Montrer à ses semblables un être dans toute la vérité de sa nature amoureuse, tel pourrait être le crédo de celui qui prend d'emblée le risque d'avancer nu sur un plateau de théâtre, portant sur/sous sa peau la honte d'exposer au grand jour une blessure intime. Nu ? Pas tout à fait… Une autre figure le recouvre, celle de la Nymphe Écho, amoureuse folle de Narcisse, privée à jamais de voix pour le lui déclarer suite à la colère de Junon. Après avoir voulu mourir pour en finir avec ce chagrin dévorant qui la mine, un(e) nouvel(le) Écho prendra forme au terme d'une traversée réservant quelques surprises.

Filmée caméra à l'épaule, une longue séquence apparaît en fond de scène pendant qu'au premier plan, l'artiste agenouillé se livre, longs cheveux défaits, à une cérémonie rituelle célébrant l'incorporation de l'amant autant que son désenvoûtement.
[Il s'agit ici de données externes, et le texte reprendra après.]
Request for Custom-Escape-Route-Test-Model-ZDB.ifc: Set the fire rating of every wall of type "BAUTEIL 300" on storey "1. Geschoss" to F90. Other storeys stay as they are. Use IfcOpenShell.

First a look at what the model holds.

```python
import ifcopenshell
import ifcopenshell.util.element

model = ifcopenshell.open("Custom-Escape-Route-Test-Model-ZDB.ifc")
print(model.schema)
storey = next(s for s in model.by_type("IfcBuildingStorey") if s.Name == "1. Geschoss")
walls = [e for e in ifcopenshell.util.element.get_decomposition(storey) if e.is_a("IfcWall")]
seen = {}
for e in walls:
    element_type = ifcopenshell.util.element.get_type(e)
    key = (element_type.Name if element_type != e and element_type else None, ifcopenshell.util.element.get_pset(e, "Pset_WallCommon", "FireRating"))
    seen[key] = seen.get(key, 0) + 1
for (name, value), count in sorted(seen.items(), key=str):
    print(count, "x", name, "|", value)
```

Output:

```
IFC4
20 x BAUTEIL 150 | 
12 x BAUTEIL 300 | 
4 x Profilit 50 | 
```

```python
import ifcopenshell
import ifcopenshell.api.pset
import ifcopenshell.util.element

model = ifcopenshell.open("Custom-Escape-Route-Test-Model-ZDB.ifc")

storey = next(s for s in model.by_type("IfcBuildingStorey") if s.Name == "1. Geschoss")
walls = [e for e in ifcopenshell.util.element.get_decomposition(storey) if e.is_a("IfcWall")]

count = 0
for e in walls:
    element_type = ifcopenshell.util.element.get_type(e)
    if element_type in (None, e) or element_type.Name != "BAUTEIL 300":
        continue
    # add_pset returns the element's existing set when there is one.
    pset = ifcopenshell.api.pset.add_pset(model, product=e, name="Pset_WallCommon")
    ifcopenshell.api.pset.edit_pset(model, pset=pset, properties={"FireRating": "F90"})
    count += 1

print(count, "walls updated")

model.write("Custom-Escape-Route-Test-Model-ZDB_rev.ifc")
```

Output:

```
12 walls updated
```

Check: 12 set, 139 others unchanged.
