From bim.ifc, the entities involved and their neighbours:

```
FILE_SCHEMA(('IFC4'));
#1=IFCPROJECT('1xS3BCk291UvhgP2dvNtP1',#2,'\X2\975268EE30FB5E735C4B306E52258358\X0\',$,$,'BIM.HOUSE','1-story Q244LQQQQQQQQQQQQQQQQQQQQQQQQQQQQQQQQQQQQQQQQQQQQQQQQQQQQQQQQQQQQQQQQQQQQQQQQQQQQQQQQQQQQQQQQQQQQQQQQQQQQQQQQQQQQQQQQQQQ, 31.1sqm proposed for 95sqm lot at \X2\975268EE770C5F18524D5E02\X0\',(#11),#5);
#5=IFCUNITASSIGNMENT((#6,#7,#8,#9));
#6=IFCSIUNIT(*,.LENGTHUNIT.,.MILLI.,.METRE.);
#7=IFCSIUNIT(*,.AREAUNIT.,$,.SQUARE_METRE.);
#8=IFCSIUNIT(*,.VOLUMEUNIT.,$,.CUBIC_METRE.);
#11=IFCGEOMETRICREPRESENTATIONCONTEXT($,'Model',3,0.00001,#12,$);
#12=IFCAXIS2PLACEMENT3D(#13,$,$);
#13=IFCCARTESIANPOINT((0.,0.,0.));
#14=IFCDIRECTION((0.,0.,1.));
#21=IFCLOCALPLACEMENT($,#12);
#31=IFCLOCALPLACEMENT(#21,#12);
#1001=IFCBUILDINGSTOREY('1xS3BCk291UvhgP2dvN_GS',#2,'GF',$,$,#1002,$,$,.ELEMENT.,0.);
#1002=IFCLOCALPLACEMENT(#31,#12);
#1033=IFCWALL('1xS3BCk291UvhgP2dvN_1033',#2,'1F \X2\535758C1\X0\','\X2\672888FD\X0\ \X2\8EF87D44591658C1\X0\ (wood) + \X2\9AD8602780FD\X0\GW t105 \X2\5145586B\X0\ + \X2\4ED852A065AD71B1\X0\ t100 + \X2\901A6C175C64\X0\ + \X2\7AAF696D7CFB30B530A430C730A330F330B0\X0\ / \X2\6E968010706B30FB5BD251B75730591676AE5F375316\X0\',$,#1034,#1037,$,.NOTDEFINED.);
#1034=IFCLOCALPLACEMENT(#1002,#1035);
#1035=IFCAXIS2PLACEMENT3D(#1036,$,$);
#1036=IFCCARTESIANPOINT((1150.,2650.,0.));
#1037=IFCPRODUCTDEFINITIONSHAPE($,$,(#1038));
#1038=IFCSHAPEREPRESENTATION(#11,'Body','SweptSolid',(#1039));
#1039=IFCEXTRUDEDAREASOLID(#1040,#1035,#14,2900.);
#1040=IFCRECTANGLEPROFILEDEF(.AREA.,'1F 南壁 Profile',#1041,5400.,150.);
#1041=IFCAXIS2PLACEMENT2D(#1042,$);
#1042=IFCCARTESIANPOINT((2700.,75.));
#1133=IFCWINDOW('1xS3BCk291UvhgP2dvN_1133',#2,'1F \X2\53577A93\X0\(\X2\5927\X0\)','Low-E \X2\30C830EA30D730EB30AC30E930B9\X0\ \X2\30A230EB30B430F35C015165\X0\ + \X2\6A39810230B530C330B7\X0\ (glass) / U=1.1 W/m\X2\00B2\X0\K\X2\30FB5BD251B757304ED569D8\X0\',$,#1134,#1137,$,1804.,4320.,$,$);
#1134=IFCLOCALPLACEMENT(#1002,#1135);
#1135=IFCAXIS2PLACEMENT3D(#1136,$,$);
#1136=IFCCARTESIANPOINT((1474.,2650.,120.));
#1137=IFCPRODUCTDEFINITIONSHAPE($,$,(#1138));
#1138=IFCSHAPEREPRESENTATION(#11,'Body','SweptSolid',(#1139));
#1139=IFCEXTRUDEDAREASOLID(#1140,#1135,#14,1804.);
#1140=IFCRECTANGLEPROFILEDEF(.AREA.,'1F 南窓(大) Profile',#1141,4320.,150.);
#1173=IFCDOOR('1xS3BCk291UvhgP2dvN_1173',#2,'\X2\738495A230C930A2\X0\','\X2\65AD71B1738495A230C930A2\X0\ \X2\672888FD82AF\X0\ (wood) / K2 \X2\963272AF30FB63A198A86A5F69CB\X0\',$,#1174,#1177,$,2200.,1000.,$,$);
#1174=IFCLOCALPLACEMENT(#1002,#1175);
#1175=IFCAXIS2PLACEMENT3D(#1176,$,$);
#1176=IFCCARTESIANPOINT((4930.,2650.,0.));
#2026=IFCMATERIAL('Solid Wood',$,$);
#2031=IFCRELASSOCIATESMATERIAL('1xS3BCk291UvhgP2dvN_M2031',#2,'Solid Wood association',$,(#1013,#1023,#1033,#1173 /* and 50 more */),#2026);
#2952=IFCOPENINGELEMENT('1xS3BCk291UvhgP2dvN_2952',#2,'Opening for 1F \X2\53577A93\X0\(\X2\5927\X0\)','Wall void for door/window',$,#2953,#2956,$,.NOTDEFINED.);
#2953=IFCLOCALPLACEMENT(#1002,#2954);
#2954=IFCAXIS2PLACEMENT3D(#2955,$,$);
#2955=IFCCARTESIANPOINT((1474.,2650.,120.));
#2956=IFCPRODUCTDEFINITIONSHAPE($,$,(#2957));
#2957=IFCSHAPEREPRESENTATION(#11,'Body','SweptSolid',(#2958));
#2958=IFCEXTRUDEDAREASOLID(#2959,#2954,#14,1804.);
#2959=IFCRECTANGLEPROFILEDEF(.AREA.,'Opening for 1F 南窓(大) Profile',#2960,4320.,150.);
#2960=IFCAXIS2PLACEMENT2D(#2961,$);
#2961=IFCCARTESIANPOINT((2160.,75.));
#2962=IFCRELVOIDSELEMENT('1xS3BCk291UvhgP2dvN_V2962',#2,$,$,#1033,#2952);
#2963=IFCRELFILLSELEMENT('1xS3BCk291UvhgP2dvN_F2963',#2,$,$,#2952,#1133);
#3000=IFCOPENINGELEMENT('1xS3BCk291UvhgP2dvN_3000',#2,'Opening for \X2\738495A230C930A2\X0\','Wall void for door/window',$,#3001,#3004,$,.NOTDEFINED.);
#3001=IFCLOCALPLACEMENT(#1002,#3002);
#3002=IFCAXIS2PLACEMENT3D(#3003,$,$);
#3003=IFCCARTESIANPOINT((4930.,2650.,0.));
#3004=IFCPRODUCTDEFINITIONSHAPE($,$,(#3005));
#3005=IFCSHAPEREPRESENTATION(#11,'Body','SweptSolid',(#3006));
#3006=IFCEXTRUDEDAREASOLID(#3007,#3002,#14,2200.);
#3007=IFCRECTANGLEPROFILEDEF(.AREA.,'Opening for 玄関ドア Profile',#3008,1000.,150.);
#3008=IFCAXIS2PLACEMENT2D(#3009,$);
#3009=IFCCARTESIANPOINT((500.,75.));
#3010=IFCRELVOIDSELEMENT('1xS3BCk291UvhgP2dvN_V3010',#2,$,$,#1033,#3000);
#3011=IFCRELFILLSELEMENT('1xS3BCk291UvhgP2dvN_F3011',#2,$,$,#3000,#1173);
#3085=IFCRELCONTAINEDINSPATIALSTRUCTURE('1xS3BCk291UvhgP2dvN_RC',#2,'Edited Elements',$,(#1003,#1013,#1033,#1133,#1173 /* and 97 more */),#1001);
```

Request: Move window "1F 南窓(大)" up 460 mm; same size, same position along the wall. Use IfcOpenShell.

```python
import numpy as np
import ifcopenshell
import ifcopenshell.api.geometry
import ifcopenshell.util.placement
import ifcopenshell.util.unit

model = ifcopenshell.open("bim.ifc")
unit_scale = ifcopenshell.util.unit.calculate_unit_scale(model)

window = model.by_guid("1xS3BCk291UvhgP2dvN_1133")
opening = window.FillsVoids[0].RelatingOpeningElement
dz = 0.46 / unit_scale

shift = np.array([0.0, 0.0, dz])
# The window is not placed relative to its opening, so move both.
for product in (opening, window):
    matrix = ifcopenshell.util.placement.get_local_placement(product.ObjectPlacement)
    matrix[:3, 3] += shift
    ifcopenshell.api.geometry.edit_object_placement(model, product=product, matrix=matrix, is_si=False)

print(f"moved by {dz * unit_scale:+.3f} m")

model.write("bim-out.ifc")
```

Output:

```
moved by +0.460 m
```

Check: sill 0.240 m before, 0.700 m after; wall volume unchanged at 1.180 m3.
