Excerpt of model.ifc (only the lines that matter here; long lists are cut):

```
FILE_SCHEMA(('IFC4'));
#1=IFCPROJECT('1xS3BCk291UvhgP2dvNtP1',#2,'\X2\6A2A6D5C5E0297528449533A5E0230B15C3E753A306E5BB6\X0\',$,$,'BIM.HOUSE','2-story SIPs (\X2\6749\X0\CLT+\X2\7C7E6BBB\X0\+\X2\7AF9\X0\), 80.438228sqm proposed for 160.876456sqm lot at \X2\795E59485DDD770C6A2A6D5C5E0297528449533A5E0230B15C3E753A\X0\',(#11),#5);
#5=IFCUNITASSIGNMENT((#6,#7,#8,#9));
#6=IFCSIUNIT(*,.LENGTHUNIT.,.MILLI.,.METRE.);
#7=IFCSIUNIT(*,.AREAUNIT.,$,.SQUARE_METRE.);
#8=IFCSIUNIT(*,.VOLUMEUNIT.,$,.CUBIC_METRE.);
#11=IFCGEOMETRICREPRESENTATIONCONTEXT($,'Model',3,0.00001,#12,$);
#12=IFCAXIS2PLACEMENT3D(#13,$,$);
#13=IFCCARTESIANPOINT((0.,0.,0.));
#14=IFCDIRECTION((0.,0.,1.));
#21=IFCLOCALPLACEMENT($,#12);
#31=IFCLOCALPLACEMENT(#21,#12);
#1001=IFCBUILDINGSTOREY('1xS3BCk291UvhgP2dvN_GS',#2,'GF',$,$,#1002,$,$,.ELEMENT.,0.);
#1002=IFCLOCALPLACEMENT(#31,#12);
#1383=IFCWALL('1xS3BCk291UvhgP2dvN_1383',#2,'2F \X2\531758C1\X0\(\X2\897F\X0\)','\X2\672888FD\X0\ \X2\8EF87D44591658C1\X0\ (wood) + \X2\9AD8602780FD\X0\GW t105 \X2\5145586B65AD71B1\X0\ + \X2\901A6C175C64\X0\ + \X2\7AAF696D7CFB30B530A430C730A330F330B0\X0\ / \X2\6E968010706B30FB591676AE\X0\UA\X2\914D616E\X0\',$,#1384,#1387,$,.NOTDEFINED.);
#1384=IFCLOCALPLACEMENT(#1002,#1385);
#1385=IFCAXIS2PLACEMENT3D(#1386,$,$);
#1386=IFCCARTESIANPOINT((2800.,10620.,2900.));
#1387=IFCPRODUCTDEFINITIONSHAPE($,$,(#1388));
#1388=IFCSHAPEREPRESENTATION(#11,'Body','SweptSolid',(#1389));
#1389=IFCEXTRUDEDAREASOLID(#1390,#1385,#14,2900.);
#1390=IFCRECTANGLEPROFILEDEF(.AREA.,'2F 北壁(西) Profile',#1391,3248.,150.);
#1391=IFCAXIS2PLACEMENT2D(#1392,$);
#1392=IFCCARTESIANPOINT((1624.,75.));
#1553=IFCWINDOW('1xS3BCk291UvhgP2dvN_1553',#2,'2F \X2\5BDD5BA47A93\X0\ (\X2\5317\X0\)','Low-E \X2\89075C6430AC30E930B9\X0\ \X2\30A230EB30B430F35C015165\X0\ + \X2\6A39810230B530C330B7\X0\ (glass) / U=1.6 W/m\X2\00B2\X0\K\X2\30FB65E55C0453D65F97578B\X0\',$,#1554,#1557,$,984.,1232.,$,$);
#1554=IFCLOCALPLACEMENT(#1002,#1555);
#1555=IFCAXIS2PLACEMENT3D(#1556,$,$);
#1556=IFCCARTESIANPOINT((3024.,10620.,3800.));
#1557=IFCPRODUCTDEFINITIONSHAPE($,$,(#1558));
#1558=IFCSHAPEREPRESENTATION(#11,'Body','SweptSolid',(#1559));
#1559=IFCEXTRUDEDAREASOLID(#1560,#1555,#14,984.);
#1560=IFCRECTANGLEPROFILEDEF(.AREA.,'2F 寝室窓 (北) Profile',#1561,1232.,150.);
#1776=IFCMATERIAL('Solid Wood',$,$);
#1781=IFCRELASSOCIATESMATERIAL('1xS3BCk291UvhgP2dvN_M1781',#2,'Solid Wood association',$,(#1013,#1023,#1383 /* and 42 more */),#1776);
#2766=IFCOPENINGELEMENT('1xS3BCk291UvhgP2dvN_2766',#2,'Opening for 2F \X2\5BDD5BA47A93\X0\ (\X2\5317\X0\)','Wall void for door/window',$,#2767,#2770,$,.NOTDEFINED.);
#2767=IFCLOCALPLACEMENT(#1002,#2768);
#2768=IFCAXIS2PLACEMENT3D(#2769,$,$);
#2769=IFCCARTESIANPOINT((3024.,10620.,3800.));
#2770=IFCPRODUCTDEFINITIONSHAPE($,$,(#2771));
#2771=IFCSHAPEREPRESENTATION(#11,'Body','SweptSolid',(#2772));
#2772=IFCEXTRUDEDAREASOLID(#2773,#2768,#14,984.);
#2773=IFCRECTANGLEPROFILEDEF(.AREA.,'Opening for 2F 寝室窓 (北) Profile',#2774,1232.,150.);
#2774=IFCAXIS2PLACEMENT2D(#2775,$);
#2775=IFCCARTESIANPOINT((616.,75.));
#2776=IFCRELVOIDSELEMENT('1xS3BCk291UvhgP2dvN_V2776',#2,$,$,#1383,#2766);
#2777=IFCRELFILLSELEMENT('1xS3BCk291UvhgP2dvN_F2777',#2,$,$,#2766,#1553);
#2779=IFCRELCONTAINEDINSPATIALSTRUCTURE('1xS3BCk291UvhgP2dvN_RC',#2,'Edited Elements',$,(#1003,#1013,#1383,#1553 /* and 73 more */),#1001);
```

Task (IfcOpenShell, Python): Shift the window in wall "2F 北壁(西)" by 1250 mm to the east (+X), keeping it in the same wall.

```python
import ifcopenshell
import ifcopenshell.api.geometry
import ifcopenshell.util.placement

model = ifcopenshell.open("model.ifc")

window = model.by_guid("1xS3BCk291UvhgP2dvN_1553")
opening = window.FillsVoids[0].RelatingOpeningElement
wall = opening.VoidsElements[0].RelatingBuildingElement

wall_matrix = ifcopenshell.util.placement.get_local_placement(wall.ObjectPlacement)
shift = wall_matrix[:3, 0] * 1250.0
before = ifcopenshell.util.placement.get_local_placement(window.ObjectPlacement)[:3, 3].copy()

# The window is not placed relative to its opening, so move both.
for product in (opening, window):
    matrix = ifcopenshell.util.placement.get_local_placement(product.ObjectPlacement)
    matrix[:3, 3] += shift
    ifcopenshell.api.geometry.edit_object_placement(model, product=product, matrix=matrix, is_si=False)

after = ifcopenshell.util.placement.get_local_placement(window.ObjectPlacement)[:3, 3]
print("window moved by", (after - before).round(3) + 0.0)

model.write("model-out.ifc")
```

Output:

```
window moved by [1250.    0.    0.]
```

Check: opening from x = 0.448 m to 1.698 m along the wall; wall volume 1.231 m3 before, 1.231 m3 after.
Projetés en gros plan, son visage et ses paroles ne font qu'un pour dire le chagrin des amours perdues. Propos recueillis in vivo où, par un effet de réalité recherchée, on peut voir distinctement le lieu de la rupture "Oberkampf - Les Filles du Calvaire".

© Pauline Le Goff.
© Pauline Le Goff.
Comme la nymphe Écho, il en a perdu la voix. Les mots ne trouvant d'issue au barrage de ses lèvres scellées, il n'a pu retenir son amant aussi beau que Narcisse. Sur le plateau, ses mains remontent jusqu'à sa gorge nouée pour extirper de sa bouche une galette imbibée de salive. Et plantant là dans son sein une fleur, un narcisse, défilent sur l'écran le nom de toutes celles et ceux qui eurent un jour, comme lui, à mourir d'un chagrin d'amour. Revêtu de la tunique d'Écho, il meurt alors à son tour de n'avoir pu dire tout son attachement à l'être aimé. "L'effet Werther", dirait un certain sociologue américain.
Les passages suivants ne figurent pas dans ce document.